Beauvoir, The Second Sex – II

Posted: Tue, Oct 15, 2024

Recap

Two interconnected claims:

  • Woman as the Other: womanhood is a second-class status.
    • For Beauvoir, women’s subordination is ahistorical.
  • Woman as a social becoming: womanhood is a social situation, not a biological given.

The Sentence That Set the World on Fire

“On ne naît pas femme: on le devient.”

  • Literal translation: “One is not born woman; one becomes it.”
  • Popular translation: “Women are made, not born.”
  • Parshley translation: “One is not born, but rather becomes a woman.”
  • Borde & Malovany-Chevallier translation: “One is not born, but rather becomes, woman.”

The social constructivist reading: gender is the social meaning of sex.

  • To become a woman is to be socialized into the (social) institution of womanhood.
  • Womanhood as an institution exists prior to the self; the self is inducted into it.
  • B & M-C: “‘Woman’ in English used alone without an article captures woman as an institution, a concept, femininity as determined and defined by society, culture, history.”

The existentialist reading: gender is an individual’s response to sex.

  • “Existence precedes essence”: womanhood is not a given, but an active, situated process of creation, of becoming; it is an individual’s (sometimes-idiosyncratic) response to the situation they find themselves in (anatomical, relational, social, political etc.).
  • Bonnie Mann explains that “to ‘become’ a woman is not the same as to be made into one, as if one were exclusively a passive object being acted on by external social forces. . . . To ‘become’ is to actively take up one’s social condition in a way that is, at least potentially, spontaneous, creative and free. . . . On this view, Beauvoir could never be understood to have claimed that ‘women are made not born.’”

Please find from the chapters we read

  1. passages that support the social constructivist reading;
  2. passages that support the existentialist reading; and
  3. passages that are ambiguous between the two.

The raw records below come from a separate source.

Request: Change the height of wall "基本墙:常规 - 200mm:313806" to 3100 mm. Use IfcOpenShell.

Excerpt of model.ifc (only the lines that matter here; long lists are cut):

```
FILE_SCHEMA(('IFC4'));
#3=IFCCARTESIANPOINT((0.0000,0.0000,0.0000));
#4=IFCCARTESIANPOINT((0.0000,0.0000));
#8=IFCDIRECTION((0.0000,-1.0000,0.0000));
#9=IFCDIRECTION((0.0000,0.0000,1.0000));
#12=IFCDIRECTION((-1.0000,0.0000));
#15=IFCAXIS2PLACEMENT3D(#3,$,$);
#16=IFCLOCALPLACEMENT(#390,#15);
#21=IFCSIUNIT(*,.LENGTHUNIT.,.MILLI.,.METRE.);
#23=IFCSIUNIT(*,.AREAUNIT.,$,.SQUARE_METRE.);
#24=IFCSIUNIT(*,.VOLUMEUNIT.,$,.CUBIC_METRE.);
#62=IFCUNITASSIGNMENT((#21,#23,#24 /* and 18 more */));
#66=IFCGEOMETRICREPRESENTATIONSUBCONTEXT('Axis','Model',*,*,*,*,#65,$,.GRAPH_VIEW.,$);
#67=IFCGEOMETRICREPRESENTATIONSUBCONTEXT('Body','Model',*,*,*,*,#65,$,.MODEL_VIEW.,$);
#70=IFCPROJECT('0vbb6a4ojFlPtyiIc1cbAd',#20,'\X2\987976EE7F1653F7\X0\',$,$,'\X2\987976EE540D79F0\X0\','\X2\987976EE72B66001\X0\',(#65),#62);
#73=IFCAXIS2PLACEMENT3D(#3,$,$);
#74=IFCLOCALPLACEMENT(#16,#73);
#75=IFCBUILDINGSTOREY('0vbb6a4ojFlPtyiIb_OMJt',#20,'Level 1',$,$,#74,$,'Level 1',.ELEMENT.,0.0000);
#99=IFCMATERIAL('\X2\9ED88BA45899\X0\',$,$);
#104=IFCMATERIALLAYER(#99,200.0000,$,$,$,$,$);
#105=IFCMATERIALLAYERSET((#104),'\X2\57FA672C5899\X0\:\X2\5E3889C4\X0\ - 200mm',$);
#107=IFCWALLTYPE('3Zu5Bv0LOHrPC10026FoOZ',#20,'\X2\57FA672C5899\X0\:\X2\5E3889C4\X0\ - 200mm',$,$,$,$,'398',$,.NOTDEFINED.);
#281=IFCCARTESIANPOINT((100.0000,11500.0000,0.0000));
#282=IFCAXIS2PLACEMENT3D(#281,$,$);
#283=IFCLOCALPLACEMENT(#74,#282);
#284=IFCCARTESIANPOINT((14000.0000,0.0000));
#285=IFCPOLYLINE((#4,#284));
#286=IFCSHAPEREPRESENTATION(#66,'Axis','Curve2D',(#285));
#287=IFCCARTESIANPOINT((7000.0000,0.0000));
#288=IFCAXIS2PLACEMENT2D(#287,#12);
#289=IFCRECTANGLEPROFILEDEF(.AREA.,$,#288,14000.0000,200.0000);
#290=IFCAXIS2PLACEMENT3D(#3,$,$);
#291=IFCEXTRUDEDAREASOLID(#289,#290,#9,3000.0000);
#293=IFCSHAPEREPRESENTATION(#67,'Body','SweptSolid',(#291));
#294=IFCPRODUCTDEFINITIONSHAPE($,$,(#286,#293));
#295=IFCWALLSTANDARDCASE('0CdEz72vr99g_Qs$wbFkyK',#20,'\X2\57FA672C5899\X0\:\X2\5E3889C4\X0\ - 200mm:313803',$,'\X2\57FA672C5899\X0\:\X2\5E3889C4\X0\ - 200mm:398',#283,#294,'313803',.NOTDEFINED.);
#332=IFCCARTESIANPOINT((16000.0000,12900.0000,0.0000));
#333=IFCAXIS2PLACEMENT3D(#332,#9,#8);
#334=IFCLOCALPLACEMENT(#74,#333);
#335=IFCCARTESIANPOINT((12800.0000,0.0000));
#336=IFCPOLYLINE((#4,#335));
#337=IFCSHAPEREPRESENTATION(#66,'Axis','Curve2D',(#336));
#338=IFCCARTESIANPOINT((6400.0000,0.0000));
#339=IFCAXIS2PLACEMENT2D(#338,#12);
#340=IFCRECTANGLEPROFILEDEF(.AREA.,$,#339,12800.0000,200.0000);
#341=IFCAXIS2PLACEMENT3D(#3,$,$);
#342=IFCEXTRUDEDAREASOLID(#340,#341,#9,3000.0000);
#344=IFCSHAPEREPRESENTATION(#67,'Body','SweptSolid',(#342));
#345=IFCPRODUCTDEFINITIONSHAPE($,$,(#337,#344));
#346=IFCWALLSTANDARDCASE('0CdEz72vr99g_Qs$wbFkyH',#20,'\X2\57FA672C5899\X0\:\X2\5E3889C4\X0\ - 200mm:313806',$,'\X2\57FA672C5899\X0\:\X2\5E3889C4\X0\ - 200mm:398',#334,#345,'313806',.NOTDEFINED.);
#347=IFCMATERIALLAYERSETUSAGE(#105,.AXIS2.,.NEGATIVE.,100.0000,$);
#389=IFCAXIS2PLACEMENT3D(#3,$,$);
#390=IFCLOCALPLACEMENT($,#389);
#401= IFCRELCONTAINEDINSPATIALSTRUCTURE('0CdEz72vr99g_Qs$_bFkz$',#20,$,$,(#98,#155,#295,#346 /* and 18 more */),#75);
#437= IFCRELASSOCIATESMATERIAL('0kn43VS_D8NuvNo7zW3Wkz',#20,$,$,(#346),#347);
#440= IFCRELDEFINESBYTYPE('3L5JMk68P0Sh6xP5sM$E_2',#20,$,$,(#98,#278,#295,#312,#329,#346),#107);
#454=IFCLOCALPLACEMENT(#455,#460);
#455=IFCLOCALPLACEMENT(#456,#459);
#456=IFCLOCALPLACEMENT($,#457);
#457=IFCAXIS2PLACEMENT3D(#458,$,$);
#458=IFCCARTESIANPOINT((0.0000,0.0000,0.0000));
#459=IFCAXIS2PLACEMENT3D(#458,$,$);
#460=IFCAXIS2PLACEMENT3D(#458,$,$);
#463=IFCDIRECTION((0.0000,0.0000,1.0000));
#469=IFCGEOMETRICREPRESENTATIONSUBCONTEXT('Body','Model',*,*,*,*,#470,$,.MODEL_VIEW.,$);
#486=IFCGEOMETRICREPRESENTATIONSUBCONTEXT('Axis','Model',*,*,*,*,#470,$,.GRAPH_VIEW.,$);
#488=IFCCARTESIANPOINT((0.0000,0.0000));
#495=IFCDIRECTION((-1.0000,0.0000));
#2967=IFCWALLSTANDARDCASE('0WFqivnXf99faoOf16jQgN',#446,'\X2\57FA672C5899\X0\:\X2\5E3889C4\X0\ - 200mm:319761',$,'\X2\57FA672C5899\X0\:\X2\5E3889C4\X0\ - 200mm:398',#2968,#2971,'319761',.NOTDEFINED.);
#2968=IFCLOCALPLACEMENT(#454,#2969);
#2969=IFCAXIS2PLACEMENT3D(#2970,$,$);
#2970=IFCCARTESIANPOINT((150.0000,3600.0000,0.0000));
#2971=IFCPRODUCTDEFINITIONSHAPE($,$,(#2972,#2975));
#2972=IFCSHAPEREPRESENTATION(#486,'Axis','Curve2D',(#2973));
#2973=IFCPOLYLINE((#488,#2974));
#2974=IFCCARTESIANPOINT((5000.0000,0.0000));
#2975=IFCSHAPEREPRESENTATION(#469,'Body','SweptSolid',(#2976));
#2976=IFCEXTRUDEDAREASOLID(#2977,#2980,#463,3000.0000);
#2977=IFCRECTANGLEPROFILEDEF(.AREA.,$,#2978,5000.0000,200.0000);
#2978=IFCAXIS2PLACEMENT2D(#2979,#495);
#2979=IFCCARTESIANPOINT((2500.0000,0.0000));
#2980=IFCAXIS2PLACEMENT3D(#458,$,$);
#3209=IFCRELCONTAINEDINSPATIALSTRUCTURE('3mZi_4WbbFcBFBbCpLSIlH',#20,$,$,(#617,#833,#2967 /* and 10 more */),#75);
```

```python
import ifcopenshell
import ifcopenshell.geom
import ifcopenshell.util.representation
import ifcopenshell.util.shape
import ifcopenshell.util.unit

model = ifcopenshell.open("model.ifc")
unit_scale = ifcopenshell.util.unit.calculate_unit_scale(model)
settings = ifcopenshell.geom.settings()


def volume(element):
    """Net volume in cubic metres, openings subtracted."""
    shape = ifcopenshell.geom.create_shape(settings, element)
    return ifcopenshell.util.shape.get_volume(shape.geometry)


wall = model.by_id(346)
before = volume(wall)

body = ifcopenshell.util.representation.get_representation(wall, "Model", "Body")
solid = body.Items[0]
old_height = solid.Depth
solid.Depth = 3.1 / unit_scale
after = volume(wall)

print(f"height {old_height:g} -> {solid.Depth:g}, volume {before:.3f} -> {after:.3f} m3")

model.write("model_v2.ifc")
```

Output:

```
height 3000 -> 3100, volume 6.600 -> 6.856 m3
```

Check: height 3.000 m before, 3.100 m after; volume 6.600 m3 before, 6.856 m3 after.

Some complications to consider:

  • Even if one is sympathetic to the social constructivist reading, does it really make sense to say any particular individual becomes woman the social institution?
  • Are the two readings mutually exclusive? Does, for example, the social constructivist reading have to deny the possibility of agency in socialization?
  • To what extend do you think what Beauvoir says still holds true today? What has (not) changed?

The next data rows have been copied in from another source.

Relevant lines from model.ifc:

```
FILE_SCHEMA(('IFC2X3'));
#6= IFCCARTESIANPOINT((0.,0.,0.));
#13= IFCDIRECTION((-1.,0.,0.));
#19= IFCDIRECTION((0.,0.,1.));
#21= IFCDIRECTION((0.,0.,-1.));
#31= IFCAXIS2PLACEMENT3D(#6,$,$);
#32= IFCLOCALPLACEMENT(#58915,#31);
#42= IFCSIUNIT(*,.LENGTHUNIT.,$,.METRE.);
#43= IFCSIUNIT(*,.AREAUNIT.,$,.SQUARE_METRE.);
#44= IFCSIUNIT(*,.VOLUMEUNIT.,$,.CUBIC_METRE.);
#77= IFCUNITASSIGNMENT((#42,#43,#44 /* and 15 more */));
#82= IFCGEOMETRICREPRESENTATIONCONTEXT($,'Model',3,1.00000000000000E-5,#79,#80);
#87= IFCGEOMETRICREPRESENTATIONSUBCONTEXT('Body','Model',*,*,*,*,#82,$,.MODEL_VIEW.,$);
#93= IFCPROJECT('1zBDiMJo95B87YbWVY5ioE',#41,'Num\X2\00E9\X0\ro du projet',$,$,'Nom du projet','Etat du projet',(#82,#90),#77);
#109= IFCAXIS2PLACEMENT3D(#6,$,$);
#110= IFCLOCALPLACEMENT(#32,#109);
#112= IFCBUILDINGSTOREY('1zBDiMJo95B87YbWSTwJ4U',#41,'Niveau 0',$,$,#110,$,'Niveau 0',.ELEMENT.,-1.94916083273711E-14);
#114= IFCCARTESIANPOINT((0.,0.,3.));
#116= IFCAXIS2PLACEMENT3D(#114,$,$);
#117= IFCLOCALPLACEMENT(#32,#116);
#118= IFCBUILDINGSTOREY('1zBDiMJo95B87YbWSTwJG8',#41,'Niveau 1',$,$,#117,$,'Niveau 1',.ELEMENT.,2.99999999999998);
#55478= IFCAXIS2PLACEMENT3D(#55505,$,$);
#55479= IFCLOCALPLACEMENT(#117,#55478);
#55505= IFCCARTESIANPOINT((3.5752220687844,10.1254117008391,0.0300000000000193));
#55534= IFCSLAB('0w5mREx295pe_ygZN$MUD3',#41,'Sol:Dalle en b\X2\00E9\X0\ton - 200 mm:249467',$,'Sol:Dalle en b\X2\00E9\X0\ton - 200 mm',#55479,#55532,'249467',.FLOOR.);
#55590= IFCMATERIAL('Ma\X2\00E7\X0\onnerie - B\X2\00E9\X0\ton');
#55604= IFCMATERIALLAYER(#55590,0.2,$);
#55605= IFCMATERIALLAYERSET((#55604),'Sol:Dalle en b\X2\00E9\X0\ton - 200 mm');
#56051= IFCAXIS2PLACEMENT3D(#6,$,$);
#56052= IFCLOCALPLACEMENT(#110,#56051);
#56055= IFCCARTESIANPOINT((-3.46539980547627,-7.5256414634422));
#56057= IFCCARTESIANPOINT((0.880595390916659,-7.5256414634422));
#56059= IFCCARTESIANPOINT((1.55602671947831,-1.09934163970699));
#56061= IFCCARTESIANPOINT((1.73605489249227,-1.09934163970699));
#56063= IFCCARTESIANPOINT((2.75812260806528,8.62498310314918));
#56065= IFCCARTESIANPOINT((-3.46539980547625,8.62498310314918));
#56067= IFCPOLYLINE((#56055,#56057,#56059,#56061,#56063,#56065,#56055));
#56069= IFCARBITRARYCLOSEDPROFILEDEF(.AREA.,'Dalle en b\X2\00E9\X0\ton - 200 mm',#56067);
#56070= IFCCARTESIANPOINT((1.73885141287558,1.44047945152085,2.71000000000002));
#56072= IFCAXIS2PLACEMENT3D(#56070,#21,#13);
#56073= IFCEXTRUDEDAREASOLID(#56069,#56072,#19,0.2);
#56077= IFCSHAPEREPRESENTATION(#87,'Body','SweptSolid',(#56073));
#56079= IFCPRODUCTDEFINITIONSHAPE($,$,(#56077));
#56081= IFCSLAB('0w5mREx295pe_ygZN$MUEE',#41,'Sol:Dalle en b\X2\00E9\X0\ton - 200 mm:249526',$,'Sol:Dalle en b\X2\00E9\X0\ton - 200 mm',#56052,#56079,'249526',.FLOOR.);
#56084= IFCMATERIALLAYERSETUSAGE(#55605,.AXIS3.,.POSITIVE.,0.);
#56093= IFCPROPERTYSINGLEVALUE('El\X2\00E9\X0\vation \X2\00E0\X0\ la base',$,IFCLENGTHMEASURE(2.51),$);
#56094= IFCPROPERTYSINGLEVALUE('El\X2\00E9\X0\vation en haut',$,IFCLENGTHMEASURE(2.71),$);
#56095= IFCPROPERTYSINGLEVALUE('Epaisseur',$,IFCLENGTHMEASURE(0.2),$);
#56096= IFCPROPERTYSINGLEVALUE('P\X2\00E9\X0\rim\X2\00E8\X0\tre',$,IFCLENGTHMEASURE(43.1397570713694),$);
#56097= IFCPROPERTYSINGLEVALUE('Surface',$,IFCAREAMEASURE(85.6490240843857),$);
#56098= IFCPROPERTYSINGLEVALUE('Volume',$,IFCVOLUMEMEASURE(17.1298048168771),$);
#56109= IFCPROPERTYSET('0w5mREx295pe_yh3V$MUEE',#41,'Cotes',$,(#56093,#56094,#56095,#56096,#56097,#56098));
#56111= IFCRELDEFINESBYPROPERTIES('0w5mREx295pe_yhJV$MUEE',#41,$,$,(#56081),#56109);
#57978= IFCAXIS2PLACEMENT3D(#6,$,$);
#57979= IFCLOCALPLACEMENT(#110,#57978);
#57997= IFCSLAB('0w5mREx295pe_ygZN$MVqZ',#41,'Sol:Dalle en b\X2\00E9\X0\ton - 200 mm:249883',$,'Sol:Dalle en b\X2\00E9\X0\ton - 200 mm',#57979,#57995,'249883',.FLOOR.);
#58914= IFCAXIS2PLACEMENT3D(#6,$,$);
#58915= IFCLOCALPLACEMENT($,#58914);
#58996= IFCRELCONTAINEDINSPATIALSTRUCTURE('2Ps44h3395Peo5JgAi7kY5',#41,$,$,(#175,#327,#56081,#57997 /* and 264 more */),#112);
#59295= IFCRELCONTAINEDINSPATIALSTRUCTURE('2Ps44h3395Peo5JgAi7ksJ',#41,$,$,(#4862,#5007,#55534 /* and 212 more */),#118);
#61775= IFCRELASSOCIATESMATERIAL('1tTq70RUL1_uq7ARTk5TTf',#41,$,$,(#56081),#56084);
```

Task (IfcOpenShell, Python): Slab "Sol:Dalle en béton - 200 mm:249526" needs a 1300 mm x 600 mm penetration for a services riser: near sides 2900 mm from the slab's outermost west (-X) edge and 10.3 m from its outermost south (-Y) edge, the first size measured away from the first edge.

```python
import numpy as np
import ifcopenshell
import ifcopenshell.api.feature
import ifcopenshell.api.geometry
import ifcopenshell.api.pset
import ifcopenshell.api.root
import ifcopenshell.geom
import ifcopenshell.util.element
import ifcopenshell.util.placement
import ifcopenshell.util.representation
import ifcopenshell.util.shape
import ifcopenshell.util.unit

model = ifcopenshell.open("model.ifc")
unit_scale = ifcopenshell.util.unit.calculate_unit_scale(model)
area_scale = ifcopenshell.util.unit.calculate_unit_scale(model, "AREAUNIT")
volume_scale = ifcopenshell.util.unit.calculate_unit_scale(model, "VOLUMEUNIT")
settings = ifcopenshell.geom.settings()


def volume(element):
    """Net volume in cubic metres, openings subtracted."""
    shape = ifcopenshell.geom.create_shape(settings, element)
    return ifcopenshell.util.shape.get_volume(shape.geometry)


slab = model.by_guid("0w5mREx295pe_ygZN$MUEE")
before = volume(slab)

# Extent in the slab's own axes, in metres. The edges named are its -X and -Y sides.
slab_shape = ifcopenshell.geom.create_shape(settings, slab)
vertices = ifcopenshell.util.shape.get_vertices(slab_shape.geometry)
x_min, y_min, bottom = vertices.min(axis=0)
top = vertices[:, 2].max()

opening = ifcopenshell.api.root.create_entity(model, ifc_class="IfcOpeningElement", name="Services riser opening")
context = ifcopenshell.util.representation.get_context(model, "Model", "Body", "MODEL_VIEW")
width, depth = 1.3, 0.6
outline = [(0.0, 0.0), (width, 0.0), (width, depth), (0.0, depth), (0.0, 0.0)]
# Overshoot both faces by 50 mm so the cut is clean.
shape = ifcopenshell.api.geometry.add_slab_representation(
    model, context=context, depth=top - bottom + 0.1, polyline=outline
)
ifcopenshell.api.geometry.assign_representation(model, product=opening, representation=shape)

matrix = ifcopenshell.util.placement.get_local_placement(slab.ObjectPlacement)
matrix[:, 3] = matrix @ np.append(np.array([x_min + 2.9, y_min + 10.3, bottom - 0.05]) / unit_scale, 1.0)
ifcopenshell.api.geometry.edit_object_placement(model, product=opening, matrix=matrix, is_si=False)
ifcopenshell.api.feature.add_feature(model, feature=opening, element=slab)

after = volume(slab)

# Update the slab's stored quantities.
pset = model.by_id(ifcopenshell.util.element.get_pset(slab, "Cotes", should_inherit=False)["id"])
ifcopenshell.api.pset.edit_pset(model, pset=pset, properties={
    "Surface": model.create_entity("IfcAreaMeasure", after / (top - bottom) / area_scale),
    "Volume": model.create_entity("IfcVolumeMeasure", after / volume_scale),
})

print(f"slab volume {before:.3f} -> {after:.3f} m3")

model.write("model_edited.ifc")
```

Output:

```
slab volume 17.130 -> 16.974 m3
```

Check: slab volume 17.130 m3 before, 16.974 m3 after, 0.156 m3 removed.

The Role of Biology in Beauvoir’s View

The penis, according to Beauvoir:

  • External: tangible, not mysterious, something concrete that you can hold onto and project yourself onto.
  • Functional: more useful than sitting down to pee?
  • Ornamental: initially not particularly impressive.
  • Agential: active, manifests power and conquer, infused with agency and subjectivity.
  • Meaningful:
    • Pleasure matches with service to the species.
    • Projective: extruding into the world.
    • People take it seriously!
    • Girls regret not having a penis rather than contest its social significance.

Contrast this with:

  • The clitoris: childish, non-penetrative.
  • The vagina: lack, mysterious, hidden, moist, bleeds, shameful, “dangerous” with a secret life of its own, personal interest diverging from species interest.
  • The breast: for young women, no function other than to stand out, to be looked at.
  • Menstruation: either joyful or disgusting, shameful, undermining, and defeating,
  • Sex: it’s to be taken by men, which turns you from a girl into a woman.